In the past few weeks I’ve been trying to write something more business-oriented.
It seems to be an especially timely topic considering the critical point our markets are at (along with the global economy in general). It’s also one of my favourite topics, but one that I drift away from occasionally: too much of the same thing gets repeated so many times that it can seem like a total waste of energy.
But given the depth of influence that commercial enterprise has on our lives, I believe that it’s impossible to consider ourselves well informed and engaged if we aren’t conversant in it. So I make a point of always coming back to business in my work. I hope you can make the same effort…
Anyways, by chance tonight I found myself looking at McGill business professor Henry Mintzberg’s web site, where I found the right inspiration to write something business related.

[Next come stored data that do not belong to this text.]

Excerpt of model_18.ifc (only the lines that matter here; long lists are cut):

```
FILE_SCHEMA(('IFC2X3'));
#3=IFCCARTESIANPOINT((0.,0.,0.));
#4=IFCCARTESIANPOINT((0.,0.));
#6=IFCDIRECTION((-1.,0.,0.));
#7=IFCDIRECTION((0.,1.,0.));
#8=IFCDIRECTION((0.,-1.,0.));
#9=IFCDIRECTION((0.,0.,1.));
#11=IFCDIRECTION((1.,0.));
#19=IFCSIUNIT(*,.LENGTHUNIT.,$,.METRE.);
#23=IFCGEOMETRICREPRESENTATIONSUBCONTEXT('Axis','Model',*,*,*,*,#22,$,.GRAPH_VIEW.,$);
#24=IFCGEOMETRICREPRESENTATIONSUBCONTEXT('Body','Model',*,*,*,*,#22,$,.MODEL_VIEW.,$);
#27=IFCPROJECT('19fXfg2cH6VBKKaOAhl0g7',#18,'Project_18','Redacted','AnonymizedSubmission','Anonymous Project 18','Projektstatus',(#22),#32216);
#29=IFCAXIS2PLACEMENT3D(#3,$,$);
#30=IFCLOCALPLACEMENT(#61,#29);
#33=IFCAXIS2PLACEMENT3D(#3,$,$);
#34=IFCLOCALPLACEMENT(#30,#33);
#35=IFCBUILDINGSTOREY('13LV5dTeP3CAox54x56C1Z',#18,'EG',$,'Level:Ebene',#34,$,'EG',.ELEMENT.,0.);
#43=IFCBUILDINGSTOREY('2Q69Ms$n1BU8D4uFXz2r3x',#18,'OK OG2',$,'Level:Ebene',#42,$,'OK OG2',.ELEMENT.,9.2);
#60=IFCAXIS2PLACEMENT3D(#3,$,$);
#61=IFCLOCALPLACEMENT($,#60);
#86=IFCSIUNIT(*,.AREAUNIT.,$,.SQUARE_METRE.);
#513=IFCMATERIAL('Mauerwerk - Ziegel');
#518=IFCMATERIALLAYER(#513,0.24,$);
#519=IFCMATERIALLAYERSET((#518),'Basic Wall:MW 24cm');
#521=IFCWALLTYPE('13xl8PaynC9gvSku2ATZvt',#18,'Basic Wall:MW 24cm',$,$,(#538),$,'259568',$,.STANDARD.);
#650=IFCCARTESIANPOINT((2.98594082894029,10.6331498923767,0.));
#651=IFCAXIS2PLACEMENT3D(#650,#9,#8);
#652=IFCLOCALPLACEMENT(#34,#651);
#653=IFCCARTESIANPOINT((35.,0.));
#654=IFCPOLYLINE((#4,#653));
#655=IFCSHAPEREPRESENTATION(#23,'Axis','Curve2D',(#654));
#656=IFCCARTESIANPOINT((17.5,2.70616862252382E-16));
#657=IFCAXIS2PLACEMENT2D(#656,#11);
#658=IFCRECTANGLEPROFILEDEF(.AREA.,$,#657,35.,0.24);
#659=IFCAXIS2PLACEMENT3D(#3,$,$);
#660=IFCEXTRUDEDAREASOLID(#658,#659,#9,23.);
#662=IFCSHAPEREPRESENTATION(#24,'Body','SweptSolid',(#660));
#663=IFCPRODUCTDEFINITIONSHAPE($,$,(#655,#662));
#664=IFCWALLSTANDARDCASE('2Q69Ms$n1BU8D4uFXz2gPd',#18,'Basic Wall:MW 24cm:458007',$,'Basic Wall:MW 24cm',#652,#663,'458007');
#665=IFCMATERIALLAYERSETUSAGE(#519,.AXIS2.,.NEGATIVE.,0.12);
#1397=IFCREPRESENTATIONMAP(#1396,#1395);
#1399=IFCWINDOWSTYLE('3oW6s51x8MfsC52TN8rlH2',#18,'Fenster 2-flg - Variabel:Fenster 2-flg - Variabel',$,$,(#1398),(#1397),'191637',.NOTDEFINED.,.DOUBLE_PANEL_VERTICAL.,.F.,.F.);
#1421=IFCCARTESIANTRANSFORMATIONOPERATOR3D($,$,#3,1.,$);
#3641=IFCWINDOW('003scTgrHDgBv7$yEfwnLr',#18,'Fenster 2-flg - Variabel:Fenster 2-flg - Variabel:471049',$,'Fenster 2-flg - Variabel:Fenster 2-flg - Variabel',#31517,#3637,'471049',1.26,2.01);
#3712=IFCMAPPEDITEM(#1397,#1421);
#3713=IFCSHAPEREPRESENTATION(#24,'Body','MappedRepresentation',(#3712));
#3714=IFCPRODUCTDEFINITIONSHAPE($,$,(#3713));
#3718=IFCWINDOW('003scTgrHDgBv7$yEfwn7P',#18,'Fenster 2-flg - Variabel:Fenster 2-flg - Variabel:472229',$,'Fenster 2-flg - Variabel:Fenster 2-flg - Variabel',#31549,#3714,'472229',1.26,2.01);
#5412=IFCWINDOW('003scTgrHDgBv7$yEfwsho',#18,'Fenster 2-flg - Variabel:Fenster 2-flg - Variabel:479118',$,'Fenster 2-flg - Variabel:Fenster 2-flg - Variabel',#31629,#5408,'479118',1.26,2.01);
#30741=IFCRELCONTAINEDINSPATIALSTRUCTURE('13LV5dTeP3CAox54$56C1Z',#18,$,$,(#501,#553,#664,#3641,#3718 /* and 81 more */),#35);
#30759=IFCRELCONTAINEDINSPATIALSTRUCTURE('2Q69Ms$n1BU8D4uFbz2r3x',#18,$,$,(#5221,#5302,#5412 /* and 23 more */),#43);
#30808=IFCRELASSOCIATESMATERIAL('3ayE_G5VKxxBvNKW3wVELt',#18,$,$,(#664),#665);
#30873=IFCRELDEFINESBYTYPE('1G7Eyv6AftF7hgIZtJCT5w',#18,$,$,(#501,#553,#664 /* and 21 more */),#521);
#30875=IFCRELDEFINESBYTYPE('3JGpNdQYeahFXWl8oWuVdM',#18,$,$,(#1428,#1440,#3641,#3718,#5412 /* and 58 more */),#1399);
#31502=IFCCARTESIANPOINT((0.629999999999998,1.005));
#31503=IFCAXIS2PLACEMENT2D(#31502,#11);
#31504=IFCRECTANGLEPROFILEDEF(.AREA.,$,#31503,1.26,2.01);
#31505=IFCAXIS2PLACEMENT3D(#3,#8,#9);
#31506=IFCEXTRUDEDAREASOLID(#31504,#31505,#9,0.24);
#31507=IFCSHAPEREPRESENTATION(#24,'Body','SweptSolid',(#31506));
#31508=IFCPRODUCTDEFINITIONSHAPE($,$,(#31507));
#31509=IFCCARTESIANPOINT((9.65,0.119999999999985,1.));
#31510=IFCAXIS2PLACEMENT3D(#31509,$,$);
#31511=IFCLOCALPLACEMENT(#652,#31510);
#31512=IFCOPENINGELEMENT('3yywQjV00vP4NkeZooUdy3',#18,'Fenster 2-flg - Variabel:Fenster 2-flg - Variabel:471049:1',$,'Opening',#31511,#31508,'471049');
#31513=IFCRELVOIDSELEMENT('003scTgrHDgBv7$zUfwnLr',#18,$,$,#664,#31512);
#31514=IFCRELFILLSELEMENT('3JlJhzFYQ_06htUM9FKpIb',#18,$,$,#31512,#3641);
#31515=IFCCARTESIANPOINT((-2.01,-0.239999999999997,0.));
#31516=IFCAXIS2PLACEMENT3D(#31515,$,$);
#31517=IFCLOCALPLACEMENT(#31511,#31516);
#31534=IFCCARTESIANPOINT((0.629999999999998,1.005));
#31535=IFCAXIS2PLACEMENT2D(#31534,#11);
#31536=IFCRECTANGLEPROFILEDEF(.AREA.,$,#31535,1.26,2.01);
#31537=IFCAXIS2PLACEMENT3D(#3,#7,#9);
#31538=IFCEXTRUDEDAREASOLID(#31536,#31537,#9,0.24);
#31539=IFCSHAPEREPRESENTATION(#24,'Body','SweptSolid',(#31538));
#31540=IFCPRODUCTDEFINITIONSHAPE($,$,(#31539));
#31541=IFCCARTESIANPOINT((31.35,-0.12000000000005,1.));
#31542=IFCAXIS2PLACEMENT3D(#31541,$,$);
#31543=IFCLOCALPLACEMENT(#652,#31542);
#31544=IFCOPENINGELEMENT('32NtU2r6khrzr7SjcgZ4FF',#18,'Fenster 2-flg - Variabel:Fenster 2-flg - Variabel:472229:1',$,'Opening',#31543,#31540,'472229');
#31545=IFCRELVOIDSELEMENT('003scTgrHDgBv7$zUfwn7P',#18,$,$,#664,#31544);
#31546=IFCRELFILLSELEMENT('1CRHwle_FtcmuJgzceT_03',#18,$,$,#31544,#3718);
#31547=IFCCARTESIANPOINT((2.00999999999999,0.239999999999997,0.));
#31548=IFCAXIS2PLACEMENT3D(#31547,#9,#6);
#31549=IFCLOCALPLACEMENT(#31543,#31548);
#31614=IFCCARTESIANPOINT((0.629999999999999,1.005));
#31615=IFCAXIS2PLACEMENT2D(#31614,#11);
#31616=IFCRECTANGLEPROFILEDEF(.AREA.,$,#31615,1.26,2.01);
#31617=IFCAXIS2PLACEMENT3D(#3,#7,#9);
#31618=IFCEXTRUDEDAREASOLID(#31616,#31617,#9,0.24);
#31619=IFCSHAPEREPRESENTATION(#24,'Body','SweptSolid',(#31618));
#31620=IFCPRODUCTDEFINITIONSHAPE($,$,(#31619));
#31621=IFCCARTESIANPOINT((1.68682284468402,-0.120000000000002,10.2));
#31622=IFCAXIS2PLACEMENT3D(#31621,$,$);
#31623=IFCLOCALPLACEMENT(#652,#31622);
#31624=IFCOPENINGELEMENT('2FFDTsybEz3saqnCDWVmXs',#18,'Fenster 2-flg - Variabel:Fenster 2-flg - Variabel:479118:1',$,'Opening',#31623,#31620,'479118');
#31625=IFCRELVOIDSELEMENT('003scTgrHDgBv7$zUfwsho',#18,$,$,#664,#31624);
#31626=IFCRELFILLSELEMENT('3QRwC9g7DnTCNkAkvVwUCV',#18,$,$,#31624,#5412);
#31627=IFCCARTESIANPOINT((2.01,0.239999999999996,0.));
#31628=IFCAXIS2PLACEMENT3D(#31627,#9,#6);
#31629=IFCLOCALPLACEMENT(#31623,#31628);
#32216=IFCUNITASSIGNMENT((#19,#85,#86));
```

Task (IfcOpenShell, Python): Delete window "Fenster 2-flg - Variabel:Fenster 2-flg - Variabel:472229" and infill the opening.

```python
import ifcopenshell
import ifcopenshell.api.feature
import ifcopenshell.api.root
import ifcopenshell.geom
import ifcopenshell.util.shape

model = ifcopenshell.open("model_18.ifc")
settings = ifcopenshell.geom.settings()


def volume(element):
    """Net volume in cubic metres, openings subtracted."""
    shape = ifcopenshell.geom.create_shape(settings, element)
    return ifcopenshell.util.shape.get_volume(shape.geometry)


window = model.by_guid("003scTgrHDgBv7$yEfwn7P")
opening = window.FillsVoids[0].RelatingOpeningElement
wall = opening.VoidsElements[0].RelatingBuildingElement
before = volume(wall)

ifcopenshell.api.root.remove_product(model, product=window)
ifcopenshell.api.feature.remove_feature(model, feature=opening)

after = volume(wall)

print(f"wall volume {before:.3f} -> {after:.3f} m3")

model.write("model_18_v2.ifc")
```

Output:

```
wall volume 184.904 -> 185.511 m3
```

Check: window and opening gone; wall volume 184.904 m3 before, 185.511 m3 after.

Mintzberg is one of the most respected and controversial (and one of my personal favourite) thinkers on the discipline of management. He is perhaps most noted for his criticism of both strategic planning and business education.
This is what I found on Mintzberg’s site that inspired me: How Productivity Killed American Enterprise. It’s important to note the distinction between “enterprises” (as in corporations) and “enterprise” (as in innovation, creativity, concern, engagement, industriousness, aspiration, etc.).
Mintzberg’s general thesis is that the analyst-driven race to maximize short-term Shareholder Value, as measured in exclusively quantitative terms of productivity and efficiency, is choking out the people-fuelled engine of real, long-term, sustainable growth.
This isn’t an idealistic young person complaining about “the system”; this is one of the people best situated to understand and manipulate that “system.”
Another such person who would agree is Roger Martin, dean of U of T’s Rotman School of Management.
At first glance at his resume we might assume Martin could be a kind of conventional-thinking anti-Mintzberg: he’s the top administrator at a big MBA-granting business school, formerly a high executive at the kind of consulting group that goes around trying to quantify everything, and one of his mentor-advisers at Harvard was Michael Porter (who literally wrote the book on competitive strategy — the kind of approach that is criticized by Mintzberg).
But in a Business Week article from last year, Martin claims that scientific management is past its peak.
Martin’s argument is that customers and employees alike are “revolted” by things like CRM and TQM, and an over-reliance on quantitative analysis in general:
“While executives think they are doing the right thing by managing the numbers for the sole purpose of ‘maximizing shareholder value,’ they are perplexed that employees don’t find that to be a particularly inspiring reason for coming to work each day, and customers find the thought rather revolting.”
Martin talks about “the pendulum swinging” back to more qualitative and human ways of doing business; but I think the pendulum metaphor is misleading: we shouldn’t think in terms of back-and-forth, we should be talking about the proper mix.
The proper balance is to make sure that qualitative human factors are always the engine for growth, while we use objective measurements and structures to help steer.
Perhaps Jack Welch is the best example of this style: get all the information you can — or at least as much as you can manage — but when it comes time to really talk about what to do (and really do what you talk about), close the binders and go straight from the gut… just as long as you are always ready to go back to the data and regularly evaluate your assumptions and test your performance.
Here I’m going to cite two more of my favourite business thinkers: Bob Sutton and Jeffrey Pfeffer. I wish I had more time to write about their work now, but it’s getting late. Besides you should read their books yourself: Hard Facts, Dangerous Half-Truths and Total Nonsense is the best business book of the past few years.
Objective measurements are important to show us how our actions, ideas, and interactions perform; without such instruments and metrics, organizations (and society in general) would not be able to function: they would be undone by subjective excesses and biases. But if objective measurements become the sole reason for doing something (i.e. going on acquisition sprees, laying off workers, or introducing convoluted financing schemes and instruments for the sole purpose of pleasing analysts to maintain stock price gains) then problems begin.
We can use them as instruments, but we’ve got to make sure those controls don’t get beyond our control — as I’m afraid may have happened with the complex mix of sophisticated investment instruments that has evolved in the past few years, leading us to the present turmoil (and towards…?).
Take a look at Mintzberg’s article. He wrote it in 2006, but it’s about 2008 (in a rhetorical and ironic way). His case makes a lot more sense in light of what’s been happening in the world’s markets and economies.